====== Input

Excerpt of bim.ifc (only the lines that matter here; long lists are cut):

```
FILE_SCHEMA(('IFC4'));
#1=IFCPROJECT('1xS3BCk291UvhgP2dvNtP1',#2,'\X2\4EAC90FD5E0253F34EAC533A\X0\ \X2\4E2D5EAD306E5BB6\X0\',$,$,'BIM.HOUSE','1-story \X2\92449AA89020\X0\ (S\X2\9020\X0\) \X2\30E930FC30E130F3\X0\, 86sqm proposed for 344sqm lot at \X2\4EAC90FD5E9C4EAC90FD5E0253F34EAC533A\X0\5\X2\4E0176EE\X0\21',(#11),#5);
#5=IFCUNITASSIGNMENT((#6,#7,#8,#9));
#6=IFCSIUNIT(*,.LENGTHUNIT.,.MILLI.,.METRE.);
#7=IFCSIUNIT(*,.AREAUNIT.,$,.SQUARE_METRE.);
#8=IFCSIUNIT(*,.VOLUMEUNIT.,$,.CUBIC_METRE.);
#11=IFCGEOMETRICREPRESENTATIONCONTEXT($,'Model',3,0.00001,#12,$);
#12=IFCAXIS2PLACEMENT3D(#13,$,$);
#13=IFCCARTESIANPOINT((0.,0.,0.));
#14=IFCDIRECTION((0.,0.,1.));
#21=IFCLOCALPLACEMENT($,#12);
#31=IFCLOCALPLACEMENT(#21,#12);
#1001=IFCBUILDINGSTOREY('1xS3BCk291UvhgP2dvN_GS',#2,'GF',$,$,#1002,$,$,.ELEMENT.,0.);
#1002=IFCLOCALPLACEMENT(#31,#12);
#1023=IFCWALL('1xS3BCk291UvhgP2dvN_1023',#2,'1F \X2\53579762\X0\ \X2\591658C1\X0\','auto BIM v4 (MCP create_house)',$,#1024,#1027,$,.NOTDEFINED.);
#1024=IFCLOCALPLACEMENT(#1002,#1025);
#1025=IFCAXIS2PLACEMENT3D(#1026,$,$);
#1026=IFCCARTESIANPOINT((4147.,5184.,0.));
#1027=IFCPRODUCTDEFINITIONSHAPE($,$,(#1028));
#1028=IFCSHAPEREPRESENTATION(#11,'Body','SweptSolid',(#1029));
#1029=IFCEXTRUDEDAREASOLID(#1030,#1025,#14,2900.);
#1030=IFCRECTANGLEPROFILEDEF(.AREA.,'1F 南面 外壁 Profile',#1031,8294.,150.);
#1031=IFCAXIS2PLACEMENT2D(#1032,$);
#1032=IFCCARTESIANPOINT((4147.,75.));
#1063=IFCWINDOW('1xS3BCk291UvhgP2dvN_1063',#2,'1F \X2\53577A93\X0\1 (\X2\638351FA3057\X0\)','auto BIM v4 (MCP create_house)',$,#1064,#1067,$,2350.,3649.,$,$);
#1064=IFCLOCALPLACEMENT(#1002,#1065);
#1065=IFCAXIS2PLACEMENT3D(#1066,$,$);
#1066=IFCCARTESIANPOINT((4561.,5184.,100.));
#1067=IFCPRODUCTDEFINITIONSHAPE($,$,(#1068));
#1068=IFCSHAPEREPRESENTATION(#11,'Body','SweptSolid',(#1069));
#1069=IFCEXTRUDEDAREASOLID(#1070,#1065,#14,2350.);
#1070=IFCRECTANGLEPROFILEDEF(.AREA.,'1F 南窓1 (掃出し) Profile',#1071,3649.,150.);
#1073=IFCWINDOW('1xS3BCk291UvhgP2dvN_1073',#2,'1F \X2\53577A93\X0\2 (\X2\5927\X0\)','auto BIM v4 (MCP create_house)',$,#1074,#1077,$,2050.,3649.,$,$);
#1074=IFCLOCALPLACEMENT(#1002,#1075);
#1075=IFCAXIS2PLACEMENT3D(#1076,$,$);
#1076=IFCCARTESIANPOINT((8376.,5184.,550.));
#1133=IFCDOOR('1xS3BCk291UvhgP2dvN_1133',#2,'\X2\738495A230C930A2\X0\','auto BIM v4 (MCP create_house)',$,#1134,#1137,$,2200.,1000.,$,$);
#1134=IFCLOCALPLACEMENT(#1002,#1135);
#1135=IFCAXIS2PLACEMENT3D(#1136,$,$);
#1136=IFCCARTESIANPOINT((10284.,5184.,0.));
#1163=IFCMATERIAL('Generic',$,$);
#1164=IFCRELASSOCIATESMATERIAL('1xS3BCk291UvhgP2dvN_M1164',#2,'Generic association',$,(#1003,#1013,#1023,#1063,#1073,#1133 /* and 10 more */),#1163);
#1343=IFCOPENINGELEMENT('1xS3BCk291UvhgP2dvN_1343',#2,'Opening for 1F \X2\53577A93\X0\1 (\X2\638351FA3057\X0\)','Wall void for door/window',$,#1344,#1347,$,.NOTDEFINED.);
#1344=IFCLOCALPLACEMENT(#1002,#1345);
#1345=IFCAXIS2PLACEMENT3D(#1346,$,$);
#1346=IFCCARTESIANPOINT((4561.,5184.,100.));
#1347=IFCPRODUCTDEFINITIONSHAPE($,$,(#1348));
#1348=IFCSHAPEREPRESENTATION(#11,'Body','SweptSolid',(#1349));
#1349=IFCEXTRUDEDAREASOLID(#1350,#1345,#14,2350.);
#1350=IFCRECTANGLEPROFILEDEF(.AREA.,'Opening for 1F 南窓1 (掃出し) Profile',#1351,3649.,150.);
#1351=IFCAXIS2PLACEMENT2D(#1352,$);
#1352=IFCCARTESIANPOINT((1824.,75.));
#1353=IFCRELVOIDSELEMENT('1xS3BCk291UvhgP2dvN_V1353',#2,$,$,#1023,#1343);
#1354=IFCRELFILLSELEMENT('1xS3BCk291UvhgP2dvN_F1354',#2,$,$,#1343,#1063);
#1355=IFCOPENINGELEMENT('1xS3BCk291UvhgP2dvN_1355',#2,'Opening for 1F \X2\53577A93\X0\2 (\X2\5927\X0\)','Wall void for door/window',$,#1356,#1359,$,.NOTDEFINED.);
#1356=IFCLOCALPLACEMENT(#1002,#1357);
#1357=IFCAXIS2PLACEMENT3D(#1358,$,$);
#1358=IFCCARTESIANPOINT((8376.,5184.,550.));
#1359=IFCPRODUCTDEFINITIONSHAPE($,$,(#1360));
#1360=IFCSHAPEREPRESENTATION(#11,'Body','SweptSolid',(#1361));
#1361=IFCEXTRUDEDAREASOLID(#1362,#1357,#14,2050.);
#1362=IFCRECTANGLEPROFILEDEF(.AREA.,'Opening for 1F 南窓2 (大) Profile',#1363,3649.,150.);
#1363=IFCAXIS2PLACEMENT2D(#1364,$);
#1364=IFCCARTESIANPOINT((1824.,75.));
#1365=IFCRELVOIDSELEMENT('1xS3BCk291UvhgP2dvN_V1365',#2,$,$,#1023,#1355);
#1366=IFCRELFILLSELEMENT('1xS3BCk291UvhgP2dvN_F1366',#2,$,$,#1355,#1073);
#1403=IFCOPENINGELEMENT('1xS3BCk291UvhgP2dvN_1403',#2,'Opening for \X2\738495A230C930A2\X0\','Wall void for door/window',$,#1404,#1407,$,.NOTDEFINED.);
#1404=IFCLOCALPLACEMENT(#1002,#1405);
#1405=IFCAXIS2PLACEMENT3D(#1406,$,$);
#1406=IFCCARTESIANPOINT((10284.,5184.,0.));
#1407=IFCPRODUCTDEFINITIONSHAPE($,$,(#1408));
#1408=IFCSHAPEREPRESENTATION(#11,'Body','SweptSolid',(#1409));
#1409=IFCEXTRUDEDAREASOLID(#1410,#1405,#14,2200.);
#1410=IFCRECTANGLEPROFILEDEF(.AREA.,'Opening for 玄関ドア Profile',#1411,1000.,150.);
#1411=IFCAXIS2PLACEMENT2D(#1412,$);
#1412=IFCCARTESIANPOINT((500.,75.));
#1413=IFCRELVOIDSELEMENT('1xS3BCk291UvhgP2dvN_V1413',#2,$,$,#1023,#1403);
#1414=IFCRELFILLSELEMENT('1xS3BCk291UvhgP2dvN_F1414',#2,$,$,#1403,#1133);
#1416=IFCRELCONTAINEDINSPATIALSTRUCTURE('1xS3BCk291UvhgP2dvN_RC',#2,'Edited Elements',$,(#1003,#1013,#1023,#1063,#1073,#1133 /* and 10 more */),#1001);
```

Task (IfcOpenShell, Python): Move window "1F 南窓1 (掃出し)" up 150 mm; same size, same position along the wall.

```python
import numpy as np
import ifcopenshell
import ifcopenshell.api.geometry
import ifcopenshell.util.placement
import ifcopenshell.util.unit

model = ifcopenshell.open("bim.ifc")
unit_scale = ifcopenshell.util.unit.calculate_unit_scale(model)

window = model.by_guid("1xS3BCk291UvhgP2dvN_1063")
opening = window.FillsVoids[0].RelatingOpeningElement
dz = 150.0

shift = np.array([0.0, 0.0, dz])
# The window is not placed relative to its opening, so move both.
for product in (opening, window):
    matrix = ifcopenshell.util.placement.get_local_placement(product.ObjectPlacement)
    matrix[:3, 3] += shift
    ifcopenshell.api.geometry.edit_object_placement(model, product=product, matrix=matrix, is_si=False)

print(f"moved by {dz * unit_scale:+.3f} m")

model.write("bim_v2.ifc")
```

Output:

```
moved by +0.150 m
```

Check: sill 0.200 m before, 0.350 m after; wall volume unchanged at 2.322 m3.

============

* [What you will do]
Only lines containing the word "IFCPRODUCTDEFINITIONSHAPE" should be copied from the material above.

* [Answer box]
#1027=IFCPRODUCTDEFINITIONSHAPE($,$,(#1028));
#1067=IFCPRODUCTDEFINITIONSHAPE($,$,(#1068));
#1347=IFCPRODUCTDEFINITIONSHAPE($,$,(#1348));
#1359=IFCPRODUCTDEFINITIONSHAPE($,$,(#1360));
#1407=IFCPRODUCTDEFINITIONSHAPE($,$,(#1408));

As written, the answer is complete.